Checking if an object is in a repo in gitpython


I'm working on a program that will be adding and updating files in a git repo. Since I can't be sure if a file that I am working with is currently in the repo, I need to check its existence - an action that seems to be harder than I thought it would be.

The 'in' comparison doesn't seem to work on non-root levels on trees in gitpython. Ex.

>>> repo = Repo(path)
>>> hct = repo.head.commit.tree
>>>> 'A' in hct['documents']
False
>>> hct['documents']['A']
<git.Tree "8c74cba527a814a3700a96d8b168715684013857">

So I'm left to wonder, how do people check that a given file is in a git tree before trying to work on it? Trying to access an object for a file that is not in the tree will throw a KeyError, so I can do try-catches. But that feels like a poor use of exception handling for a routine existence check.

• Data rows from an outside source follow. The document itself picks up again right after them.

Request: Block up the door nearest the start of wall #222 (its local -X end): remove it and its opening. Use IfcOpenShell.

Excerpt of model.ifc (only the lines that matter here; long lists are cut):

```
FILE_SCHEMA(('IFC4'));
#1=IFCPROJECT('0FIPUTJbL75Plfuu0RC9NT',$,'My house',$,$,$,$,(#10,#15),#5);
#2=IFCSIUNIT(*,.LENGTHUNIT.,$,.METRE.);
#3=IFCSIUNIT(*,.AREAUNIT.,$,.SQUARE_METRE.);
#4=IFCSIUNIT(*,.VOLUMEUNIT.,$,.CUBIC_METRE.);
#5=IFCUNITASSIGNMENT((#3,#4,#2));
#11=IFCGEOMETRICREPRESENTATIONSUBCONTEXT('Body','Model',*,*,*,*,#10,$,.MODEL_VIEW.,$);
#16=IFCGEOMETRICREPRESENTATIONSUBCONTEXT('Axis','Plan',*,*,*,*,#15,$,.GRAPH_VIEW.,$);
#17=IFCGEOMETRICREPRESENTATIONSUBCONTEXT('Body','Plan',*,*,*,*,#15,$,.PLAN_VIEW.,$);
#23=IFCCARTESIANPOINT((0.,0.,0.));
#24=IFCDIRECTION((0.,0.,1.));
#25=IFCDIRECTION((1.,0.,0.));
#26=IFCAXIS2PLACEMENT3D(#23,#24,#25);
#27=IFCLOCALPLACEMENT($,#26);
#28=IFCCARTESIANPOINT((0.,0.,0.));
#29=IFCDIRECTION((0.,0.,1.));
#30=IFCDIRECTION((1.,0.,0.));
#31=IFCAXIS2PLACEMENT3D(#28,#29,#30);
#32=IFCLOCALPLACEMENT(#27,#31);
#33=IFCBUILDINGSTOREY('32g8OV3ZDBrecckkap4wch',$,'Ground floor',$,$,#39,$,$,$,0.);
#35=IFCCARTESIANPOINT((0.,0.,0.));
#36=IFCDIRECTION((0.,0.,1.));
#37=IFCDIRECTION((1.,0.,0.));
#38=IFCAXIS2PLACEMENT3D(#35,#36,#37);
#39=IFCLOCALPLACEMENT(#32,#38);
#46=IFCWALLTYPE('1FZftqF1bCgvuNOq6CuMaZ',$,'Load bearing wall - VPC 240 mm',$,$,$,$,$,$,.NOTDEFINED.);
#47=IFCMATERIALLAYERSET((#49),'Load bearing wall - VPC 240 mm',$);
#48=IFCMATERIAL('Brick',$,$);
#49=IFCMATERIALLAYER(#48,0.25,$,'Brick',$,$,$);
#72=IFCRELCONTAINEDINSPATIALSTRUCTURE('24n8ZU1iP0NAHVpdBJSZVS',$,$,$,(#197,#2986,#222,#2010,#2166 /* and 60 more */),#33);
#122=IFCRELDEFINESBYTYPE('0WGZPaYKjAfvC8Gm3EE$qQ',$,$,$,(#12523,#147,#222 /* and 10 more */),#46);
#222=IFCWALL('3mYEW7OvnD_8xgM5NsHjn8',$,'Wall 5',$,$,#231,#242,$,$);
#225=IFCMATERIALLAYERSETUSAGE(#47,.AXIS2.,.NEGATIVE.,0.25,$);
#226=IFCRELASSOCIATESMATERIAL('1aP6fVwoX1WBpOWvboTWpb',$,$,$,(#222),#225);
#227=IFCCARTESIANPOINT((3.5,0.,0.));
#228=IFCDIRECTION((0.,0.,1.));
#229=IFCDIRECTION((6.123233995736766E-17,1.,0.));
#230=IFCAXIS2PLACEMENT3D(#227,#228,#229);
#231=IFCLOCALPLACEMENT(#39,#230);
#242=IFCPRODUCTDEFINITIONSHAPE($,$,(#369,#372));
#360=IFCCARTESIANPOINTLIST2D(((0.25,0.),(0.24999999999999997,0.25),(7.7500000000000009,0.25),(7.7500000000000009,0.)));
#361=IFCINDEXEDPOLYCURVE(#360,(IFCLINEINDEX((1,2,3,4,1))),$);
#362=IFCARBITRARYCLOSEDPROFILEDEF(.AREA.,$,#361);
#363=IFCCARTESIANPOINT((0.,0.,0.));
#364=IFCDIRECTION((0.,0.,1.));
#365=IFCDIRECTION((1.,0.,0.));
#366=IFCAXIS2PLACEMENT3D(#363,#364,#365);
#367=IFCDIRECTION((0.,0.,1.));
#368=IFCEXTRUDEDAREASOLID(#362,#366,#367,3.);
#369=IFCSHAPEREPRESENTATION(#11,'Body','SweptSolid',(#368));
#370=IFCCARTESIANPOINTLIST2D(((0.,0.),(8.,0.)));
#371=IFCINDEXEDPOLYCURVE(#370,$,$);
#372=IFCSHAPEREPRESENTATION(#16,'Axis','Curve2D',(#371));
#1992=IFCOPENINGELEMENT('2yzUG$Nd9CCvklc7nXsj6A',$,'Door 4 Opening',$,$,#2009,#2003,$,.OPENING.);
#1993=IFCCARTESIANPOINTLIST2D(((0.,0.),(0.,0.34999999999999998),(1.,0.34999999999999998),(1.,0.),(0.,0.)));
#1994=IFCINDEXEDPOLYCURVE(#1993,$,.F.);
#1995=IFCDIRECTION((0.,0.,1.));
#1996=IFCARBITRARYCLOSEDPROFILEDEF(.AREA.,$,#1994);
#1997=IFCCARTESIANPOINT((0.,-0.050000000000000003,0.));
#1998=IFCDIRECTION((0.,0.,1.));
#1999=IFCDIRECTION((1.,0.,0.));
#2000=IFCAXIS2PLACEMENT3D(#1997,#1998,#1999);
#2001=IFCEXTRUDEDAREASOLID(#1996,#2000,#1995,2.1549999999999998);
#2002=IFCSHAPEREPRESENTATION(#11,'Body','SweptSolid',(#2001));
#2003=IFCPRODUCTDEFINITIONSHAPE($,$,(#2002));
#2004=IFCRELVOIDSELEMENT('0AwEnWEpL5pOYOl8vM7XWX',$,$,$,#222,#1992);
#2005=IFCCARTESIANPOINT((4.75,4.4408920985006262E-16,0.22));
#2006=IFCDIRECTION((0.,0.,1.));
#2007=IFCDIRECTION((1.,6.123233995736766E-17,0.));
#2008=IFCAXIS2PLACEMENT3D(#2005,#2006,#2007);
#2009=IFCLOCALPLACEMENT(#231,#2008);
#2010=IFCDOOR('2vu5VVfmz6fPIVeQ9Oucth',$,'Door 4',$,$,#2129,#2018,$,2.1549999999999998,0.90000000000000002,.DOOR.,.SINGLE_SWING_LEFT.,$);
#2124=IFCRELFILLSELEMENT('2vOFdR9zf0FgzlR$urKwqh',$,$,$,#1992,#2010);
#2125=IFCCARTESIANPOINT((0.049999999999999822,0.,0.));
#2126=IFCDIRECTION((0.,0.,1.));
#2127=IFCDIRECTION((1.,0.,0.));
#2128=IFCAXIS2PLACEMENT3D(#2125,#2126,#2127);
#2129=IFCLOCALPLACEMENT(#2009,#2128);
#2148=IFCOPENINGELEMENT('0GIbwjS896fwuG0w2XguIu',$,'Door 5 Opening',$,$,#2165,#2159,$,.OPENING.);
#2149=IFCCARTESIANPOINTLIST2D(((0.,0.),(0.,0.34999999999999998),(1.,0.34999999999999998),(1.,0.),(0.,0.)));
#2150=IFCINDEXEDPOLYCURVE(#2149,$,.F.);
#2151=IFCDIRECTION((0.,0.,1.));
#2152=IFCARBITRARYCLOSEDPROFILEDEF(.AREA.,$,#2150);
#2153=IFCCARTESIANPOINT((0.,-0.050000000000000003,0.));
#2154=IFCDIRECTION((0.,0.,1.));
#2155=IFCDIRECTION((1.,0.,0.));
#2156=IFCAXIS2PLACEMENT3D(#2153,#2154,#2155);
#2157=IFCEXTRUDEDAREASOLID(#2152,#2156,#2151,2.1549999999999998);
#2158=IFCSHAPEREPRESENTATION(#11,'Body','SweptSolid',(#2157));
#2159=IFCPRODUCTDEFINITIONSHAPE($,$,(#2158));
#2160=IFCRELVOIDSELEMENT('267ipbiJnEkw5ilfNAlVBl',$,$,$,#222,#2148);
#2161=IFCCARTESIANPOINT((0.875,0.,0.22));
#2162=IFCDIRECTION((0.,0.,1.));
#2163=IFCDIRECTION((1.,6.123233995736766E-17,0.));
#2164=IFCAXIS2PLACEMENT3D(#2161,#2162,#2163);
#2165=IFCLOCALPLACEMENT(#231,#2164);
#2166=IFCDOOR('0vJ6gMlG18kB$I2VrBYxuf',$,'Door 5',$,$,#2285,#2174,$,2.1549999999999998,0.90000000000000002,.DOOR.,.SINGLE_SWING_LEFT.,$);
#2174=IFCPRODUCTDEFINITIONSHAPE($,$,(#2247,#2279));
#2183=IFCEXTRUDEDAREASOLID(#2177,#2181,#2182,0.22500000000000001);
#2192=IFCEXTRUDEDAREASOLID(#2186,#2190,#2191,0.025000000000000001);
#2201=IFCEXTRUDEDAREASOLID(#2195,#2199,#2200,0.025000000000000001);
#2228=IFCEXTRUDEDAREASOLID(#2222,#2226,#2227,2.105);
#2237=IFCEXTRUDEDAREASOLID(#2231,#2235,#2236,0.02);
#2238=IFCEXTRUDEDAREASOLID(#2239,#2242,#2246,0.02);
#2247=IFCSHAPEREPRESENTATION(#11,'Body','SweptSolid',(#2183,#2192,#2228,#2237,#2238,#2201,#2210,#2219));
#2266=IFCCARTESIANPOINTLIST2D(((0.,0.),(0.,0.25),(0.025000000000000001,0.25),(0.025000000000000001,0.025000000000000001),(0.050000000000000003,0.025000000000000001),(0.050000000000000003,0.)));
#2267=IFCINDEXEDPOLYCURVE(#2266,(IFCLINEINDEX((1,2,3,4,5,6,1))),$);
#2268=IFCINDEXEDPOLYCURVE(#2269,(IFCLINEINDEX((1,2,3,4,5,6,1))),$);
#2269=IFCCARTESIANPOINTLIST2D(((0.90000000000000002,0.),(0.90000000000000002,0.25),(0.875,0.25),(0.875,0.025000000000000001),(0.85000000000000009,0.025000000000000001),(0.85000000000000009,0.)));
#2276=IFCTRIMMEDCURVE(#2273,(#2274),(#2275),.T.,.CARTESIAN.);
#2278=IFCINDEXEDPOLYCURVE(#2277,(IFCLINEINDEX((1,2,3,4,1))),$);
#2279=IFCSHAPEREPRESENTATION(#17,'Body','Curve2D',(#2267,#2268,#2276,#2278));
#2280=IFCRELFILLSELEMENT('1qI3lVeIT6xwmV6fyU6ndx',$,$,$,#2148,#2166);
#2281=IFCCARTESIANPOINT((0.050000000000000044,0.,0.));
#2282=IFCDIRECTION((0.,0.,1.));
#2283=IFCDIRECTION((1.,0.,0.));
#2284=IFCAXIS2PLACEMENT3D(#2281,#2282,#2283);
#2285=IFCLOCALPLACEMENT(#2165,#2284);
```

```python
import ifcopenshell
import ifcopenshell.api.feature
import ifcopenshell.api.root
import ifcopenshell.geom
import ifcopenshell.util.shape

model = ifcopenshell.open("model.ifc")
settings = ifcopenshell.geom.settings()


def volume(element):
    """Net volume in cubic metres, openings subtracted."""
    shape = ifcopenshell.geom.create_shape(settings, element)
    return ifcopenshell.util.shape.get_volume(shape.geometry)


door = model.by_id(2166)
opening = door.FillsVoids[0].RelatingOpeningElement
wall = opening.VoidsElements[0].RelatingBuildingElement
before = volume(wall)

ifcopenshell.api.root.remove_product(model, product=door)
ifcopenshell.api.feature.remove_feature(model, feature=opening)

after = volume(wall)

print(f"wall volume {before:.3f} -> {after:.3f} m3")

model.write("model_edited.ifc")
```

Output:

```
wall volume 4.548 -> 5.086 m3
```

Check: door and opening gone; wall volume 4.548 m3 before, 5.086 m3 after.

Have I missed something really obvious? How does once check for the existence of a file in a commit tree using gitpython (or really any library/method in Python)?

Self Answer

OK, I dug around in the Tree class to see what __contains__ does. Turns out, when searching in sub folders, one has to check for existence of a file using the full relative path from the repo's root. So a working version of the check I did above is:

>>> 'documents/A' in hct['documents']
True

Solution

  • EricP's answer has a bug. Here's a fixed version:

    def fileInRepo(repo, filePath):
        '''
        repo is a gitPython Repo object
        filePath is the full path to the file from the repository root
        returns true if file is found in the repo at the specified path, false otherwise
        '''
        pathdir = os.path.dirname(filePath)
    
        # Build up reference to desired repo path
        rsub = repo.head.commit.tree
    
        for path_element in pathdir.split(os.path.sep):
    
            # If dir on file path is not in repo, neither is file. 
            try : 
                rsub = rsub[path_element]
    
            except KeyError : 
    
                return False
    
        return(filePath in rsub)
    

    Usage:

    file_found = fileInRepo(repo, 'documents/A')
    

    This is very similar to EricP's code, but handles the case where the folder containing the file is not in the repo. EricP's function raises a KeyError in that case. This function returns False.

    (I offered to edit EricP's code but was rejected.)